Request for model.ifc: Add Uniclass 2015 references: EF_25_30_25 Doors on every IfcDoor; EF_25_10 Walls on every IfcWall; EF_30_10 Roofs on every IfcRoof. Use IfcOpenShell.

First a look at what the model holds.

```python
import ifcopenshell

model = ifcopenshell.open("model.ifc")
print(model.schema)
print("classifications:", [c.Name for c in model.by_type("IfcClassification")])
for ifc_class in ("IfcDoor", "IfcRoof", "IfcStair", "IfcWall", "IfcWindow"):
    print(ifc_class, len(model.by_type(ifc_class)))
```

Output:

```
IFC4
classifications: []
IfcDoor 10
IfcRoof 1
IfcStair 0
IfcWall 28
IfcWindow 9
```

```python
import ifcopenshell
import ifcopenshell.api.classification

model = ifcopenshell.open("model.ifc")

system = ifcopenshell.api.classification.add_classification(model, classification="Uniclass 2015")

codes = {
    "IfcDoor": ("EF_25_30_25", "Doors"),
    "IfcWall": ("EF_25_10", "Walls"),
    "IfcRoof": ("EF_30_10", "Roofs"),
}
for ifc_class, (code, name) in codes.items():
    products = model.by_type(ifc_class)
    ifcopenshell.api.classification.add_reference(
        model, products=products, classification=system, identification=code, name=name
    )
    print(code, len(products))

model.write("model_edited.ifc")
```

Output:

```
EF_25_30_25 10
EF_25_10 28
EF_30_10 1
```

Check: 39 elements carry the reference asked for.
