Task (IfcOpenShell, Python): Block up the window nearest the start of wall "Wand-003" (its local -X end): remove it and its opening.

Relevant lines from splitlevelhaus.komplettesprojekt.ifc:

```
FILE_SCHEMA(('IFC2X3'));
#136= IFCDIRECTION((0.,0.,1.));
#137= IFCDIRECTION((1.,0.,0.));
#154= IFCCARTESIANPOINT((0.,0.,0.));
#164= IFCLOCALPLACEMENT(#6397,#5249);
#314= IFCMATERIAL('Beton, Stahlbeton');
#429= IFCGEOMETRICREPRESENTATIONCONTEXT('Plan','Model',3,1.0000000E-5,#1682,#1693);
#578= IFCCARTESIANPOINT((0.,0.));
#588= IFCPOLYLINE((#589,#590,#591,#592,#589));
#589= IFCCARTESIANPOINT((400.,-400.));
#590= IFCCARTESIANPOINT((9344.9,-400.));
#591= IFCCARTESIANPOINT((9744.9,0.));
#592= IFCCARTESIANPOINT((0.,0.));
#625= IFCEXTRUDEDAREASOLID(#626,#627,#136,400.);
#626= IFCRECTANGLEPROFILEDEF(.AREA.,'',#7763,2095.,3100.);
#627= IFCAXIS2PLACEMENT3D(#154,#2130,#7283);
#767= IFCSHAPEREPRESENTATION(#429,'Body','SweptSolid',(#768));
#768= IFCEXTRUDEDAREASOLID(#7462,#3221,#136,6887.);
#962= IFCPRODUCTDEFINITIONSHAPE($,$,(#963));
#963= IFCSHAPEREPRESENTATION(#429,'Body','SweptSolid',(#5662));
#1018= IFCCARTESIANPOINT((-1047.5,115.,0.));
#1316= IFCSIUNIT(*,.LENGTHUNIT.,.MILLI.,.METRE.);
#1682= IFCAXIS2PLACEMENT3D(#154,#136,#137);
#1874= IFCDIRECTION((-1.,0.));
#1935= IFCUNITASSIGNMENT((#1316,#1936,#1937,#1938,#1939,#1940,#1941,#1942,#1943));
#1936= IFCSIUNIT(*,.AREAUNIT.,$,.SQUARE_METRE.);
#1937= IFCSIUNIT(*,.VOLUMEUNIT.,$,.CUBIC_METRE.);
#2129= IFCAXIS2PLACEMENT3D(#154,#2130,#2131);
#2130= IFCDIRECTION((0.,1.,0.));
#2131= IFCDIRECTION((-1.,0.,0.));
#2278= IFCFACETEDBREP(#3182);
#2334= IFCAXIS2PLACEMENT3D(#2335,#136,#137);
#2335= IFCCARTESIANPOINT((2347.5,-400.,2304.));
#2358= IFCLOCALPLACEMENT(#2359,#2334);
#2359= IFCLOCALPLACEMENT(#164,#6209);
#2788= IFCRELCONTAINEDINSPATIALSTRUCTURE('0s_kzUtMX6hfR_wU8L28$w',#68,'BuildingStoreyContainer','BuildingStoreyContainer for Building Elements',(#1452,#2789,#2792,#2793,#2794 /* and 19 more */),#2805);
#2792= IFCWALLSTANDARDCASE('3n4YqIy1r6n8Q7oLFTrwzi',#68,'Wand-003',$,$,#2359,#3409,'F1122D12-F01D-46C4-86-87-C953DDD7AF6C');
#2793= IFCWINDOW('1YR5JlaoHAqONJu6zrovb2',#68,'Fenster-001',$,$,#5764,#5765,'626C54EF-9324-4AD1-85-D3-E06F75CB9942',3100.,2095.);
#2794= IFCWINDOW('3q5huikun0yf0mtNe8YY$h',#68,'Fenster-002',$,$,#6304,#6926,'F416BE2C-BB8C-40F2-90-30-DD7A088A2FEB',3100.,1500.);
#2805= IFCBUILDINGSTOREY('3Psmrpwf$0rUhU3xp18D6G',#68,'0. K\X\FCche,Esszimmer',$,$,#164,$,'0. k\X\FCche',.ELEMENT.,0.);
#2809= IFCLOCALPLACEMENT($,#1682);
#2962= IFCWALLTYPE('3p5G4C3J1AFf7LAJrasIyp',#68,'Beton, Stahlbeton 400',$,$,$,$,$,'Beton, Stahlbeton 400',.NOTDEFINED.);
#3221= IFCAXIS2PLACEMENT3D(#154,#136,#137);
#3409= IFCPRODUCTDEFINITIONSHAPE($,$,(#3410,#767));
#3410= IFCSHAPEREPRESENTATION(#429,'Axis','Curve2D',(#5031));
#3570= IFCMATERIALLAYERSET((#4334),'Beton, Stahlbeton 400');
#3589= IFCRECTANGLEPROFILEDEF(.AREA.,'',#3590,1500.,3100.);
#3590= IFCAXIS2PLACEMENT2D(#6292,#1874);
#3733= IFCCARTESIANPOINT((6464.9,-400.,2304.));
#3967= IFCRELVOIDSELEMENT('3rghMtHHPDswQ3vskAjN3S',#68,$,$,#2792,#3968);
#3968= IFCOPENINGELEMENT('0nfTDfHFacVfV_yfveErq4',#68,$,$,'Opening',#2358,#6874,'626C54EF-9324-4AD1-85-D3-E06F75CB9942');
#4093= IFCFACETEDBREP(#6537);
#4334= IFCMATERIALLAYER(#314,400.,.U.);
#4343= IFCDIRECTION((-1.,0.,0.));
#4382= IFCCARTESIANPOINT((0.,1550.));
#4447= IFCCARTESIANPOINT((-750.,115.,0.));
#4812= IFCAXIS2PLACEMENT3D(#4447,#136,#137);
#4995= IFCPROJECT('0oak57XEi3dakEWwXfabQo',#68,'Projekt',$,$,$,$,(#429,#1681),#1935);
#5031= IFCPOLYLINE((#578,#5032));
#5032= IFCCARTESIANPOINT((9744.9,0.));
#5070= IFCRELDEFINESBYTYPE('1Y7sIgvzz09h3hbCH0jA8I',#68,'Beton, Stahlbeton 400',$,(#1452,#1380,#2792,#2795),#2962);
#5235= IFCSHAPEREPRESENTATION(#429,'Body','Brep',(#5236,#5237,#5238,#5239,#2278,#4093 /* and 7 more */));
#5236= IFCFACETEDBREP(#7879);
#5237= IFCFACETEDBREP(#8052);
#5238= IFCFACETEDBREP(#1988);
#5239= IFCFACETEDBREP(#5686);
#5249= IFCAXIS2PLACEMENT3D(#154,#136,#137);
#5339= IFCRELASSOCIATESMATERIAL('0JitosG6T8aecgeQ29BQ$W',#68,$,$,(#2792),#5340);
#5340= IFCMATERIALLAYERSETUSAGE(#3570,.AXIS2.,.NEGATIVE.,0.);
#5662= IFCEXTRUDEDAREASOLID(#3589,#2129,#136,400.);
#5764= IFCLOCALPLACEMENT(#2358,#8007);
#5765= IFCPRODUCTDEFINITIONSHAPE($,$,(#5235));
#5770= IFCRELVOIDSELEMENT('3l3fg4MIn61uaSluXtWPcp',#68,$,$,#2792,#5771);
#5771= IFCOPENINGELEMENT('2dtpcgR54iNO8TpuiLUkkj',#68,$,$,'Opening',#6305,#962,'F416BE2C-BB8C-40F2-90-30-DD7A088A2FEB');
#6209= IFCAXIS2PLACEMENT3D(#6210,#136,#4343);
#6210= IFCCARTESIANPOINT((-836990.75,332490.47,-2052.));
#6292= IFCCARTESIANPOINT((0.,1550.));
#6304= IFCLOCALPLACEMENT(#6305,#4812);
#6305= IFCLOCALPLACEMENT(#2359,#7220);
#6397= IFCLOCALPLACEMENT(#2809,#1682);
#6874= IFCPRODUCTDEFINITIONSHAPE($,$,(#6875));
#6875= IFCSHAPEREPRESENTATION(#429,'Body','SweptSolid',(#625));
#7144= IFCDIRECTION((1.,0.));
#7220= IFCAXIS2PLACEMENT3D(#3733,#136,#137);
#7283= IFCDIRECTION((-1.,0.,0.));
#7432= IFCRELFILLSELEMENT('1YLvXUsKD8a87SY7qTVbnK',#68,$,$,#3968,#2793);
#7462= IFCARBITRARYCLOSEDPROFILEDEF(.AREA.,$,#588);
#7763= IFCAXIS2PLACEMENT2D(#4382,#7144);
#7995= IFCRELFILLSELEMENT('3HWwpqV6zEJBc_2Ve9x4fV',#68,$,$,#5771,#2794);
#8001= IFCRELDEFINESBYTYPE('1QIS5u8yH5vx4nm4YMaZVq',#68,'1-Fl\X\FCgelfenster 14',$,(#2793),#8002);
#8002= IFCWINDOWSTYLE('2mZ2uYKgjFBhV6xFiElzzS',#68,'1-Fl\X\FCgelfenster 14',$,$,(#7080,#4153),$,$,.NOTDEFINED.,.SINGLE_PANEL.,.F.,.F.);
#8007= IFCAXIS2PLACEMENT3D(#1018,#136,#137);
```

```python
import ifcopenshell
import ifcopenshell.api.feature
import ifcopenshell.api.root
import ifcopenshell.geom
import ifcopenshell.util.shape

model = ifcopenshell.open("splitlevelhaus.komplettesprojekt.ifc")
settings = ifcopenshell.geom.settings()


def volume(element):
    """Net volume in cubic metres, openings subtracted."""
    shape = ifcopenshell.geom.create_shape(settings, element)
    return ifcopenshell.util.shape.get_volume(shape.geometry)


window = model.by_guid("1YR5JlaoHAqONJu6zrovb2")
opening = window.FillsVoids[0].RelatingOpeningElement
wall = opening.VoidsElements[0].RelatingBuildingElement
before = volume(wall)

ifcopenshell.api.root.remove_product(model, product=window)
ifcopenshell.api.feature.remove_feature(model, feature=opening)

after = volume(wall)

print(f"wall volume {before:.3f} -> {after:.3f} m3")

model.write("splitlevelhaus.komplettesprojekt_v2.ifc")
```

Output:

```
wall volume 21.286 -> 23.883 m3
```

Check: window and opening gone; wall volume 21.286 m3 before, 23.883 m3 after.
——
▶ _PROBLEM DETAILS_:
Where a line above contains the string "IFCPOLYLINE", tally it, then give the number alone.

▶ _SOLUTION FOR THIS TASK_:
2